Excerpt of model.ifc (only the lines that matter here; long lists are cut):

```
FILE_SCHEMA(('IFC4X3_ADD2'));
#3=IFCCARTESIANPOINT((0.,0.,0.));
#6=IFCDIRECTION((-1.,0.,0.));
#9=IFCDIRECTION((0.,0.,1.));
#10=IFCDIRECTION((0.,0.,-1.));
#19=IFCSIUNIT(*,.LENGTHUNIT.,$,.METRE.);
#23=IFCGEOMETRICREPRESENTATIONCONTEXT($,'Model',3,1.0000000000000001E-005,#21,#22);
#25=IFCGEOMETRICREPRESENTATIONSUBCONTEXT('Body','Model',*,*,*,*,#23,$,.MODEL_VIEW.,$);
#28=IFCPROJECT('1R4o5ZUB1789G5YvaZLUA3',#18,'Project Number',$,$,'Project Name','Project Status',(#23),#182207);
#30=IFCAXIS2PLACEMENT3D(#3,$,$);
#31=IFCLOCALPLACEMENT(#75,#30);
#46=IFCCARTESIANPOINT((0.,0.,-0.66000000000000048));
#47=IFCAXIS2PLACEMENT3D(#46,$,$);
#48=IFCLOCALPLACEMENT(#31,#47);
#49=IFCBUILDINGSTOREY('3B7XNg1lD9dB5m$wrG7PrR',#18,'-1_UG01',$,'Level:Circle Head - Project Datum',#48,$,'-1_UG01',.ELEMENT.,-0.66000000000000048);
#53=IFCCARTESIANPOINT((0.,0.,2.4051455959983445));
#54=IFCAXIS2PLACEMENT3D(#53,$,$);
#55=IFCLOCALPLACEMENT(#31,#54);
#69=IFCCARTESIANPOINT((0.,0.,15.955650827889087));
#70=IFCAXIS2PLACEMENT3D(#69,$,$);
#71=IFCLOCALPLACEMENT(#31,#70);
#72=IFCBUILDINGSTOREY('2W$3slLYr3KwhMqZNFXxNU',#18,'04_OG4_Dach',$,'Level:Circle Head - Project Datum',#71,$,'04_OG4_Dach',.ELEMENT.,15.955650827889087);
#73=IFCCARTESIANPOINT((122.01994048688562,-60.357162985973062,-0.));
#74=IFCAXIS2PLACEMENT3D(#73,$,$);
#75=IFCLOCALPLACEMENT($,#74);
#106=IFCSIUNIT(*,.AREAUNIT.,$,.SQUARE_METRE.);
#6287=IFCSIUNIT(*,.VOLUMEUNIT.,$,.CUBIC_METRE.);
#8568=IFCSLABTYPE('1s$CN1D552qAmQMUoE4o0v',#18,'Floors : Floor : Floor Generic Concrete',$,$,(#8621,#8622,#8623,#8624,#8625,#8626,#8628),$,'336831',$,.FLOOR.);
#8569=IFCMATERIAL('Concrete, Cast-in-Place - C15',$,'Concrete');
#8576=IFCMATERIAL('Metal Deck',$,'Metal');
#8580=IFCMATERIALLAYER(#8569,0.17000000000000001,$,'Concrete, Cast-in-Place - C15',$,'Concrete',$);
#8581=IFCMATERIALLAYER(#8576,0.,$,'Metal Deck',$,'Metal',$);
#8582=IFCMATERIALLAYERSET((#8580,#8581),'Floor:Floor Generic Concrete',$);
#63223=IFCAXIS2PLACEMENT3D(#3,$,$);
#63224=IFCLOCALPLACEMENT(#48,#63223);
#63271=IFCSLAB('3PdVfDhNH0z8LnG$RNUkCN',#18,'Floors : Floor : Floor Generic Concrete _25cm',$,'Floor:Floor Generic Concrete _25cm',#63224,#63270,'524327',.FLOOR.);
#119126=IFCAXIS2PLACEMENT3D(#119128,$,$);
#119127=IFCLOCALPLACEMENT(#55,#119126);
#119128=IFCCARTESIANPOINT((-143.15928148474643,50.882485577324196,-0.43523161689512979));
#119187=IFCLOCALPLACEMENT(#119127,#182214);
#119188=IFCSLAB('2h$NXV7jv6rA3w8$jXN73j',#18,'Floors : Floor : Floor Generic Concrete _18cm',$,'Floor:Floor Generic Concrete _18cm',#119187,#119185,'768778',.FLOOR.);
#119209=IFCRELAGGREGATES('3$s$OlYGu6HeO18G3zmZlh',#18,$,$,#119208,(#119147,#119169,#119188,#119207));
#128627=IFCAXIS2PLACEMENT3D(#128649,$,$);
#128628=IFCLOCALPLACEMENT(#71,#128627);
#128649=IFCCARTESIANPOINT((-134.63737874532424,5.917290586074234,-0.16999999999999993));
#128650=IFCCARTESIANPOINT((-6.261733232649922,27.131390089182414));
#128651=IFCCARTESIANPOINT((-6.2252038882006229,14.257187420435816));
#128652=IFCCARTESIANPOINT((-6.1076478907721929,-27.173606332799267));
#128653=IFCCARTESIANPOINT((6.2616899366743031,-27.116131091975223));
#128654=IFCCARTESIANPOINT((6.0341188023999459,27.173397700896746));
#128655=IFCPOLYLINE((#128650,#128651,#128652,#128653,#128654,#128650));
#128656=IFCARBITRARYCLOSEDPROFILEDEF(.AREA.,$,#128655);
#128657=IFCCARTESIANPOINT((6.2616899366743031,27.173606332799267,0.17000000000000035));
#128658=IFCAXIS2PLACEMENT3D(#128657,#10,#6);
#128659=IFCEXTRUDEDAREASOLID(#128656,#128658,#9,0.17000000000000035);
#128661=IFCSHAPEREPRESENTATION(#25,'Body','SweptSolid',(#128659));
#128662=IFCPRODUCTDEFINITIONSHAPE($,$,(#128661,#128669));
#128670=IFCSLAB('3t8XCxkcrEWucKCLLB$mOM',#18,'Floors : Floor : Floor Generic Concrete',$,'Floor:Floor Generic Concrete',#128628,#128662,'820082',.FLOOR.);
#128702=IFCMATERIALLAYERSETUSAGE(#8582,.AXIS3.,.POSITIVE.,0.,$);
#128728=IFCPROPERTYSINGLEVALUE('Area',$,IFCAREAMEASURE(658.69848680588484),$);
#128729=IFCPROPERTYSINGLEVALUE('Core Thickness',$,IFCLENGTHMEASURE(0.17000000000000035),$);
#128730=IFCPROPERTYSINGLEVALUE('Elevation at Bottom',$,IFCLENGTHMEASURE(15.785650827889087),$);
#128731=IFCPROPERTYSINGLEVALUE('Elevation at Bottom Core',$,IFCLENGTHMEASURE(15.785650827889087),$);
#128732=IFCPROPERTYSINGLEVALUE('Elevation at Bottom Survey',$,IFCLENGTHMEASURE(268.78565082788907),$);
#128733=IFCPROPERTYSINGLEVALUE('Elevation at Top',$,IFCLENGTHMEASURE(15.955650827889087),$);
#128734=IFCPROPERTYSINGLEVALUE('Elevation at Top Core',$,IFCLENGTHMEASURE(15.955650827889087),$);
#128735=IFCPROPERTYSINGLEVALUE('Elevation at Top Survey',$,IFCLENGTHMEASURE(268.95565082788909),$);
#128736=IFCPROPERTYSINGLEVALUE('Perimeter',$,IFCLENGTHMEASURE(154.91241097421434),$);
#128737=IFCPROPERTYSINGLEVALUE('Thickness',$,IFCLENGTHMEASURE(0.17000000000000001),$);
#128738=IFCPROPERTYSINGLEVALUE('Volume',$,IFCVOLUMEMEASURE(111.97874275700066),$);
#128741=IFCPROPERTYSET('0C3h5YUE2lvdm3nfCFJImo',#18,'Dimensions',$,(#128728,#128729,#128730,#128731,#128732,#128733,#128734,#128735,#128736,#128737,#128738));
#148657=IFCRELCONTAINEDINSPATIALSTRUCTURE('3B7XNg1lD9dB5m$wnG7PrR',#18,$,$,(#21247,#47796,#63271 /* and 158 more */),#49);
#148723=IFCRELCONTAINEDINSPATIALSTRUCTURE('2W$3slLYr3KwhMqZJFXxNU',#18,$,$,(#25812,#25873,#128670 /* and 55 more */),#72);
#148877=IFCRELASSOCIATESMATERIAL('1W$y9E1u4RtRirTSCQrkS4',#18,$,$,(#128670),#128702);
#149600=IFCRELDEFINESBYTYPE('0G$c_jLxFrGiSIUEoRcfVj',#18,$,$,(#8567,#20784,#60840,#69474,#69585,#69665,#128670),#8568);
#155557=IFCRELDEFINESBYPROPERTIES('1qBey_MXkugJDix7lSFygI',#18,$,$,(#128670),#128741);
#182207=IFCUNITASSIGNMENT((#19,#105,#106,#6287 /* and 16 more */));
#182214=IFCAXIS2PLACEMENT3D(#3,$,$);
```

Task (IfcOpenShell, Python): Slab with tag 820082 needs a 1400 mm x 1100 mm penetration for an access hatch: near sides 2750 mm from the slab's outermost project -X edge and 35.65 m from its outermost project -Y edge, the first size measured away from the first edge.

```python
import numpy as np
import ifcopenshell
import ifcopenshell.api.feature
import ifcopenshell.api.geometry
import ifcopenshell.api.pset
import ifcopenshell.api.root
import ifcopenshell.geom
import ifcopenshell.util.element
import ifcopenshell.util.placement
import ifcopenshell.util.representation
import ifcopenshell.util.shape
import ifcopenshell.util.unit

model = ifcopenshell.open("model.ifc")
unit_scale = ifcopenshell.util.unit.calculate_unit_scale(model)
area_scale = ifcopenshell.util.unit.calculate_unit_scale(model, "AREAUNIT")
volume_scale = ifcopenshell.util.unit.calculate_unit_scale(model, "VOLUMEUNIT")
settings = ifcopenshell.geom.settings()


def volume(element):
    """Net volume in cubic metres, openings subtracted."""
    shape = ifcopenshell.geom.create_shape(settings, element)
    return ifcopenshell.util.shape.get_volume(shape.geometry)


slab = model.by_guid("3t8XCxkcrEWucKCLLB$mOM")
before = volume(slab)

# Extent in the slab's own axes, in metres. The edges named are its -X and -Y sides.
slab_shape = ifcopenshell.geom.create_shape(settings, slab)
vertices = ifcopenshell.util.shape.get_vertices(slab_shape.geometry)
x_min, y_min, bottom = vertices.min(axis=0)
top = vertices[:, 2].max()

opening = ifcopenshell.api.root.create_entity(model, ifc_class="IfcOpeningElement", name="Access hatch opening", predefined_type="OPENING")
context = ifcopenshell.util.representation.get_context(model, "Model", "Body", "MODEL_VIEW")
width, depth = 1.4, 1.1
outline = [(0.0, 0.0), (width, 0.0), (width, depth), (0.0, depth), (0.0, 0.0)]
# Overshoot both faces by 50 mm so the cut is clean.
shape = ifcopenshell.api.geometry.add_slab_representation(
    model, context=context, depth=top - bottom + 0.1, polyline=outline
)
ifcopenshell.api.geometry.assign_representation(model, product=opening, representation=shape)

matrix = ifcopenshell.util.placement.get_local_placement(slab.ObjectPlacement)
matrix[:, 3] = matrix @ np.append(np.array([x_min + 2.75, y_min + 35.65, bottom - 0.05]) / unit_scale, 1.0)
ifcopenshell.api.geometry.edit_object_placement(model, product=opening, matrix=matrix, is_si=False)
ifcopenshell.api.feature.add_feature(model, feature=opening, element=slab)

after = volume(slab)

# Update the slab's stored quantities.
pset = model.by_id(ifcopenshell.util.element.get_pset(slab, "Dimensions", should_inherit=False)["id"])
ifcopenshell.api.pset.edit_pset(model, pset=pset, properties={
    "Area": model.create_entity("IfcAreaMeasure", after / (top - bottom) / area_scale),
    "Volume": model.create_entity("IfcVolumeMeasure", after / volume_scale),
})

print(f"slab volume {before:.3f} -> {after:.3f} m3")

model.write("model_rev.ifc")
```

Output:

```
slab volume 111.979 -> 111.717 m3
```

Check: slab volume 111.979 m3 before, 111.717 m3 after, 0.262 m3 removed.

^^^^^^^^

Match on "Core": copy every line in the records that has it.

→ Solution
#128729=IFCPROPERTYSINGLEVALUE('Core Thickness',$,IFCLENGTHMEASURE(0.17000000000000035),$);
#128731=IFCPROPERTYSINGLEVALUE('Elevation at Bottom Core',$,IFCLENGTHMEASURE(15.785650827889087),$);
#128734=IFCPROPERTYSINGLEVALUE('Elevation at Top Core',$,IFCLENGTHMEASURE(15.955650827889087),$);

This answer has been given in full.